Welcome to Lost in Translation‘s quick series about the ins and outs of adapting games to television and film.* As seen since the first post, if something is popular, someone else will want to adapt it to a different medium. Today, 2013, the most likely medium to adapt from elsewhere is the Hollywood film.
Part I – Video Games
Part II – Boardgames
Part III – Tabletop Role-Playing Games
Part IV – Adapting Games to Games
Video games are a visual medium. With console gaming, adapting a video game to television is just changing where the input comes from. Early video games were fairly linear; computing power and no storage for saved games combined to keep the play simple enough to avoid overloading the console but challenging enough to keep players interested. Over in the microcomputer world, graphics were still primitive, but games could be saved, allowing for longer play.
Console games did allow for recognizable characters. Icons such as Pac-Man, Mario, and Donkey Kong became household words, first through the video arcade, then through home console adaptations.** With the focus of early console gaming on kids, naturally the early adaptations were animated. Pac-Man, Q-Bert, Super Mario Bros. Super Show, and Dragon’s Lair led the way in North America. Accuracy to the games more or less meant taking all the named characters and using them in similar roles as they had originally. Thus, Mario fought Bowser, Pac-Man dealt with Inky, Blinky, Pinky (no, not that Pinkie). The nature of the medium, though, meant that you just couldn’t show the game being played; at the minimum, advertising regulations would have to be ignored. In the case of Mario, the Princess needed to be part of the cast; she couldn’t be “in another castle” off-screen. Plots had to go beyond the game but still keep elements. Mario kept a cheesy Italian accent and had a boing sound effect whenever he jumped. Pac-Man became invulnerable when he ate a power pellet.
As the technology evolved, so did games. Graphics improved mainly because gaming demanded better. Eight bits gave way to sixteen, and sixteen to “holy crap, that’s a lot of pixels!” As storage became less of an issue, going from none for the Atari 2600 to external memory cards for the Playstation to gigabyte rated hard drives common today, more information could be saved. More information could also be stored on the game’s physical media, having gone from cartridges to CD-ROM and, later, DVD and higher density formats. This allowed games to go from basic plots such as, “Defend the Earth from invaders,” “Rescue the Princess from the castle,” and “Eat everything while running from ghosts” to more complex plots. Even 2D fighting games received elaborate backstory and each character had a history. Video games started to mature.
Adaptations of video games? Not so much. The early silver screen adaptations were Super Mario Bros., Double Dragon, and Street Fighter/. Street Fighter is reaching cult classic status, mainly through Raul Julia’s performance. Super Mario Bros. wasted a good cast including Bob Hoskins and Dennis Hopper with a set that oozed brown. Double Dragon reached the worst rating at Rotten Tomatoes. However, Mortal Kombat reversed the trend, becoming the first Hollywood video game adaptation to keep the spirit of the original game and not drive audiences away. Meanwhile, on television, Pokemon became a juggernaut, expanding the world of the game while keeping to the gameplay.

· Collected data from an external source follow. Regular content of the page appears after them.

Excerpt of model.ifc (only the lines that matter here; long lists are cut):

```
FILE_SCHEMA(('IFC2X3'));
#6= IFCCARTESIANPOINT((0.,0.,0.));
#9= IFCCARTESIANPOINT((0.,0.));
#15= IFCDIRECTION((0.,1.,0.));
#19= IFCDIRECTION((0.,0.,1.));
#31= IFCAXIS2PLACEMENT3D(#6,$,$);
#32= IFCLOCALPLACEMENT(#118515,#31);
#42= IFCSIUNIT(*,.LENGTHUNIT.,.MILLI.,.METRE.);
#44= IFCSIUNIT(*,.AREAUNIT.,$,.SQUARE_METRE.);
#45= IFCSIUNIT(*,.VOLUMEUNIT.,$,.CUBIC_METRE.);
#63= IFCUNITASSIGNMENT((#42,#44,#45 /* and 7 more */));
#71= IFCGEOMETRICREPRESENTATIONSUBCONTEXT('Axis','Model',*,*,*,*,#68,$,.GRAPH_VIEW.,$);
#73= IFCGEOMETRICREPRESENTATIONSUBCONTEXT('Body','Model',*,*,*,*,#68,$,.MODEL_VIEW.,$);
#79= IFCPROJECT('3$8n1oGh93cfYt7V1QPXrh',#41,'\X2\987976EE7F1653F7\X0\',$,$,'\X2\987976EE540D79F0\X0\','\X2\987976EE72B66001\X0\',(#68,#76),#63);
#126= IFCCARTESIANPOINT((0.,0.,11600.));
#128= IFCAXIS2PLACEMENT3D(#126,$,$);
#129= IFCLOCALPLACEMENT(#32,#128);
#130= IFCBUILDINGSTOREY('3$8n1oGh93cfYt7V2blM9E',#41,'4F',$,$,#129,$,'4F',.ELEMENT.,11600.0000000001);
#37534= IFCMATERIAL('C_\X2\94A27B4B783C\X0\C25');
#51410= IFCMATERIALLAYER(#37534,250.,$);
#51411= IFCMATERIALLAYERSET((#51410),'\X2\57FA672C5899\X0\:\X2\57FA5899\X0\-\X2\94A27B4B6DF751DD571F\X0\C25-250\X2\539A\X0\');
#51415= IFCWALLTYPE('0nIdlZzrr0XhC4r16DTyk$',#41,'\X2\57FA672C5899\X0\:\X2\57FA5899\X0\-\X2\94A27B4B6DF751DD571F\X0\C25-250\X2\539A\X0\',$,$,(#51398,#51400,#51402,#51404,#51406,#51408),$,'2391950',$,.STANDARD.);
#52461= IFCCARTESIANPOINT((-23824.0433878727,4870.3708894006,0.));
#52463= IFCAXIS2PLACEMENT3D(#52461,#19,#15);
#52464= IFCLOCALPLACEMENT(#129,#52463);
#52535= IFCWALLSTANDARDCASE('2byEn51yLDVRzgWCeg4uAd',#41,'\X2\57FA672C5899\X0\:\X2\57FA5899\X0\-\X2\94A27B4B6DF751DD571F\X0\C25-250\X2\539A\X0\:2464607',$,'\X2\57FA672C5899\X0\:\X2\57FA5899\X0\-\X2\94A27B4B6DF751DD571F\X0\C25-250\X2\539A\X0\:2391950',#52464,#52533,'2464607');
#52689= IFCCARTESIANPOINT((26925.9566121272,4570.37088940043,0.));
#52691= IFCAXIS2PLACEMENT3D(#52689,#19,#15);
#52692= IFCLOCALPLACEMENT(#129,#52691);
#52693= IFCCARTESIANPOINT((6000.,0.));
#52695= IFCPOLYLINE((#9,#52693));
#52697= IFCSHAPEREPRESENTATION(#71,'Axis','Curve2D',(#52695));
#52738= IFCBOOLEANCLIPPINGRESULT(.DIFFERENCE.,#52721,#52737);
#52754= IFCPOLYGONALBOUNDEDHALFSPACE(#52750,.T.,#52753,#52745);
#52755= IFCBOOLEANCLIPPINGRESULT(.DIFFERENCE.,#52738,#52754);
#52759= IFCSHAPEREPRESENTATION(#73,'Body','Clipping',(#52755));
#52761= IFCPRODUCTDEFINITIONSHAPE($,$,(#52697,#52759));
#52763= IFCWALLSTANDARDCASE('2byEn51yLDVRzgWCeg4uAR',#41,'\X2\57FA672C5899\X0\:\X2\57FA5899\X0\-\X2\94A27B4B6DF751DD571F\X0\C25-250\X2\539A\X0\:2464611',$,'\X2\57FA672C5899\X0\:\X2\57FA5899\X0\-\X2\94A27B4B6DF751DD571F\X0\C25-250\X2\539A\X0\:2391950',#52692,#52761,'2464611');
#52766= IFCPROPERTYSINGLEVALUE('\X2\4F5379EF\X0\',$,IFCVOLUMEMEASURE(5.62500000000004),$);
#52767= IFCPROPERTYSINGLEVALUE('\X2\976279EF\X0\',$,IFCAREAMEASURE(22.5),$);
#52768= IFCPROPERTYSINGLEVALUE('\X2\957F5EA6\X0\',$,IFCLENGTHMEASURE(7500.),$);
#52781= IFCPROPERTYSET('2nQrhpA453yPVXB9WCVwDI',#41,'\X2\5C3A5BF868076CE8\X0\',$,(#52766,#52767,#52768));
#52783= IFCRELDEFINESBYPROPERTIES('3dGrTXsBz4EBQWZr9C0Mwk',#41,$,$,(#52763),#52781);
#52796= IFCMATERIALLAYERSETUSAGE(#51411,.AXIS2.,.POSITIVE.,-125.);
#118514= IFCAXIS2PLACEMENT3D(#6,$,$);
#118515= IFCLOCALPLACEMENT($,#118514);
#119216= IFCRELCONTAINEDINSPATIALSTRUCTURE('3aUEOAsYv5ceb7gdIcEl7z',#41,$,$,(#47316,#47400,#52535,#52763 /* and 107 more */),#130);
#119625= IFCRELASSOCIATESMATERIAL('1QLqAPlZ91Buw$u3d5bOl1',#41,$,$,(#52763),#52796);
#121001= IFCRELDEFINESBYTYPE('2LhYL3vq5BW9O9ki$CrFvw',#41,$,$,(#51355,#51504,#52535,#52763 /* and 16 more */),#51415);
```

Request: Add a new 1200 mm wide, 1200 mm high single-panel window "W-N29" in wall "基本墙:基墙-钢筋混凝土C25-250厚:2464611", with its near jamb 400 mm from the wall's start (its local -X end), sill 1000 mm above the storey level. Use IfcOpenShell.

```python
import numpy as np
import ifcopenshell
import ifcopenshell.api.feature
import ifcopenshell.api.geometry
import ifcopenshell.api.pset
import ifcopenshell.api.root
import ifcopenshell.api.spatial
import ifcopenshell.api.type
import ifcopenshell.geom
import ifcopenshell.util.element
import ifcopenshell.util.placement
import ifcopenshell.util.representation
import ifcopenshell.util.shape
import ifcopenshell.util.unit

model = ifcopenshell.open("model.ifc")
unit_scale = ifcopenshell.util.unit.calculate_unit_scale(model)
area_scale = ifcopenshell.util.unit.calculate_unit_scale(model, "AREAUNIT")
volume_scale = ifcopenshell.util.unit.calculate_unit_scale(model, "VOLUMEUNIT")
settings = ifcopenshell.geom.settings()


def volume(element):
    """Net volume in cubic metres, openings subtracted."""
    shape = ifcopenshell.geom.create_shape(settings, element)
    return ifcopenshell.util.shape.get_volume(shape.geometry)


wall = model.by_id(52763)
storey = ifcopenshell.util.element.get_container(wall, ifc_class="IfcBuildingStorey")
context = ifcopenshell.util.representation.get_context(model, "Model", "Body", "MODEL_VIEW")
before = volume(wall)

width, height, from_end, sill = 1.2, 1.2, 0.4, 1  # metres

# The wall runs along its own X axis, and the end named is its -X end.
wall_shape = ifcopenshell.geom.create_shape(settings, wall)
x, y, z = ifcopenshell.util.shape.get_vertices(wall_shape.geometry).T
start = x.min() + from_end
face, thickness = float(y.min()), float(y.max() - y.min())
wall_matrix = ifcopenshell.util.placement.get_local_placement(wall.ObjectPlacement)
level = ifcopenshell.util.placement.get_local_placement(storey.ObjectPlacement)[2, 3]


def in_wall(x, y):
    """Placement at x, y metres in the wall's axes, at sill height."""
    matrix = wall_matrix.copy()
    matrix[:, 3] = wall_matrix @ np.array([x / unit_scale, y / unit_scale, 0.0, 1.0])
    matrix[2, 3] = level + sill / unit_scale
    return matrix


# Opening: a box that overshoots both wall faces by 50 mm.
opening = ifcopenshell.api.root.create_entity(model, ifc_class="IfcOpeningElement")
box = ifcopenshell.api.geometry.add_wall_representation(
    model, context=context, length=width, height=height, thickness=thickness + 0.1
)
ifcopenshell.api.geometry.assign_representation(model, product=opening, representation=box)
ifcopenshell.api.geometry.edit_object_placement(model, product=opening, matrix=in_wall(start, face - 0.05), is_si=False)
ifcopenshell.api.feature.add_feature(model, feature=opening, element=wall)

window = ifcopenshell.api.root.create_entity(model, ifc_class="IfcWindow", name="W-N29")
window.OverallWidth, window.OverallHeight = width / unit_scale, height / unit_scale
body = ifcopenshell.api.geometry.add_window_representation(
    model,
    context=context,
    overall_width=window.OverallWidth,
    overall_height=window.OverallHeight,
    partition_type="SINGLE_PANEL",
)
ifcopenshell.api.geometry.assign_representation(model, product=window, representation=body)
ifcopenshell.api.spatial.assign_container(model, products=[window], relating_structure=storey)
fills = ifcopenshell.api.feature.add_filling(model, opening=opening, element=window)
fills.OwnerHistory = window.OwnerHistory  # required in IFC2X3

# IFC2X3 keeps the operation on the window style.
style = ifcopenshell.api.root.create_entity(model, ifc_class="IfcWindowStyle", name="W-N29")
style.OperationType, style.ConstructionType = "SINGLE_PANEL", "NOTDEFINED"
style.ParameterTakesPrecedence = style.Sizeable = False
ifcopenshell.api.type.assign_type(model, related_objects=[window], relating_type=style)

# Centre the window in the wall's thickness.
ifcopenshell.api.geometry.edit_object_placement(model, product=window, matrix=in_wall(start, face), is_si=False)
window_shape = ifcopenshell.geom.create_shape(settings, window)
depth = ifcopenshell.util.shape.get_vertices(window_shape.geometry)[:, 1]
offset = face + thickness / 2 - (depth.min() + depth.max()) / 2
ifcopenshell.api.geometry.edit_object_placement(model, product=window, matrix=in_wall(start, offset), is_si=False)

after = volume(wall)

# Update the wall's stored quantities.
pset = model.by_id(ifcopenshell.util.element.get_pset(wall, "尺寸标注", should_inherit=False)["id"])
ifcopenshell.api.pset.edit_pset(model, pset=pset, properties={
    "体积": model.create_entity("IfcVolumeMeasure", after / volume_scale),
    "面积": model.create_entity("IfcAreaMeasure", after / thickness / area_scale),
})

print(f"wall volume {before:.3f} -> {after:.3f} m3")

model.write("model_edited.ifc")
```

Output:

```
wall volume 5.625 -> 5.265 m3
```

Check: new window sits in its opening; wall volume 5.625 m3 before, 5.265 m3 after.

The problem with adapting a video game is that the player has an active role in the plot of the game. By turning from an active audience (the players) to an passive one (the viewers), the onus is now to draw in and keep the audience. Characters have to be, if not pleasant for the audience, interesting. Few works have a dull protagonist.*** In a video game, though, the less personality a character has, the more the player can infuse, adding an extra level of enjoyment. In Mass Effect, the player has full control over Commander Shepard’s reaction to shipmates and events; the gameplay encourages the player to make these decisions. A Mass Effect movie focusing on Shepard would have to decide on which Shepard, male or female, renegade or paragon, even where the character was born, details that get decided by the player in the video game.
The next problem to deal with is the plot. Most video games have a plot of their own, one that the player either completes or abandons. Adapting the plot essentially spoils the ending of the game for the audience. Some games, such as the Tomb Raider and Prince of Persia series, are based around an activity that is repeatable, such as exploration. Franchise games can lend open up options; Mario may be a plumber, but Nintendo has managed to have him rescue princesses, race cars, and prescribe pills. Not all franchises can do this. The appeal of The Sims series is the open sandbox the games provide.****
I’ve touched on a few key elements – plot, setting, characters, and gameplay. A successful adaptation of a video game needs to at least acknowledge these elements. Missing on one might not hurt the adaptation. Missing on all and the movie is an adaptation in name only; a good example is Street Fighter: The Legend of Chun Li. These days, the audience expects more from adaptations. Mediocre films don’t last in the theatres. Big budget busts such as Battleship, which recovered its budget plus some, are seen as exploitative of the fanbase. The fans already exist; that’s the main reason for doing an adaptation. Studios need to respect the fans.
Next week, part II looks at adapting boardgames.
* And theatre, though I’d be surprised if someone made that leap.
** At some point, there will be an ourobouros of adaptations when a video game is made of a TV show based on a movie inspired by a video game that was ported from an video arcade game.
*** Insert Twilight joke here.
**** And yet, a Hollywood studio has optioned the game.